Start of Block
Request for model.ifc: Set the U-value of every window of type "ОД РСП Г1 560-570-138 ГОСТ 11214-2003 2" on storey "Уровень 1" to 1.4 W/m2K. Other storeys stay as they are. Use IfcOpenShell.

First a look at what the model holds.

```python
import ifcopenshell
import ifcopenshell.util.element

model = ifcopenshell.open("model.ifc")
print(model.schema)
storey = next(s for s in model.by_type("IfcBuildingStorey") if s.Name == "Уровень 1")
windows = [e for e in ifcopenshell.util.element.get_decomposition(storey) if e.is_a("IfcWindow")]
seen = {}
for e in windows:
    element_type = ifcopenshell.util.element.get_type(e)
    key = (element_type.Name if element_type != e and element_type else None, ifcopenshell.util.element.get_pset(e, "Pset_WindowCommon", "ThermalTransmittance"))
    seen[key] = seen.get(key, 0) + 1
for (name, value), count in sorted(seen.items(), key=str):
    print(count, "x", name, "|", value)
```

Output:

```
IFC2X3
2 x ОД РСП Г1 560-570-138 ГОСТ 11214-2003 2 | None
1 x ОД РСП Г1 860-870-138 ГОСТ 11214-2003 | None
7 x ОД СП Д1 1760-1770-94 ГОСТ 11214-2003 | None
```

```python
import ifcopenshell
import ifcopenshell.api.pset
import ifcopenshell.util.element

model = ifcopenshell.open("model.ifc")

storey = next(s for s in model.by_type("IfcBuildingStorey") if s.Name == "Уровень 1")
windows = [e for e in ifcopenshell.util.element.get_decomposition(storey) if e.is_a("IfcWindow")]

count = 0
for e in windows:
    element_type = ifcopenshell.util.element.get_type(e)
    if element_type in (None, e) or element_type.Name != "ОД РСП Г1 560-570-138 ГОСТ 11214-2003 2":
        continue
    # add_pset returns the element's existing set when there is one.
    pset = ifcopenshell.api.pset.add_pset(model, product=e, name="Pset_WindowCommon")
    ifcopenshell.api.pset.edit_pset(model, pset=pset, properties={"ThermalTransmittance": 1.4})
    count += 1

print(count, "windows updated")

model.write("model_edited.ifc")
```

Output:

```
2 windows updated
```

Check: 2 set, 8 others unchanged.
End of Block
• [Exercise description]
Repeat the listing in its entirety, keeping each line as it is.

• [Answer to this task]
Request for model.ifc: Set the U-value of every window of type "ОД РСП Г1 560-570-138 ГОСТ 11214-2003 2" on storey "Уровень 1" to 1.4 W/m2K. Other storeys stay as they are. Use IfcOpenShell.

First a look at what the model holds.

```python
import ifcopenshell
import ifcopenshell.util.element

model = ifcopenshell.open("model.ifc")
print(model.schema)
storey = next(s for s in model.by_type("IfcBuildingStorey") if s.Name == "Уровень 1")
windows = [e for e in ifcopenshell.util.element.get_decomposition(storey) if e.is_a("IfcWindow")]
seen = {}
for e in windows:
    element_type = ifcopenshell.util.element.get_type(e)
    key = (element_type.Name if element_type != e and element_type else None, ifcopenshell.util.element.get_pset(e, "Pset_WindowCommon", "ThermalTransmittance"))
    seen[key] = seen.get(key, 0) + 1
for (name, value), count in sorted(seen.items(), key=str):
    print(count, "x", name, "|", value)
```

Output:

```
IFC2X3
2 x ОД РСП Г1 560-570-138 ГОСТ 11214-2003 2 | None
1 x ОД РСП Г1 860-870-138 ГОСТ 11214-2003 | None
7 x ОД СП Д1 1760-1770-94 ГОСТ 11214-2003 | None
```

```python
import ifcopenshell
import ifcopenshell.api.pset
import ifcopenshell.util.element

model = ifcopenshell.open("model.ifc")

storey = next(s for s in model.by_type("IfcBuildingStorey") if s.Name == "Уровень 1")
windows = [e for e in ifcopenshell.util.element.get_decomposition(storey) if e.is_a("IfcWindow")]

count = 0
for e in windows:
    element_type = ifcopenshell.util.element.get_type(e)
    if element_type in (None, e) or element_type.Name != "ОД РСП Г1 560-570-138 ГОСТ 11214-2003 2":
        continue
    # add_pset returns the element's existing set when there is one.
    pset = ifcopenshell.api.pset.add_pset(model, product=e, name="Pset_WindowCommon")
    ifcopenshell.api.pset.edit_pset(model, pset=pset, properties={"ThermalTransmittance": 1.4})
    count += 1

print(count, "windows updated")

model.write("model_edited.ifc")
```

Output:

```
2 windows updated
```

Check: 2 set, 8 others unchanged.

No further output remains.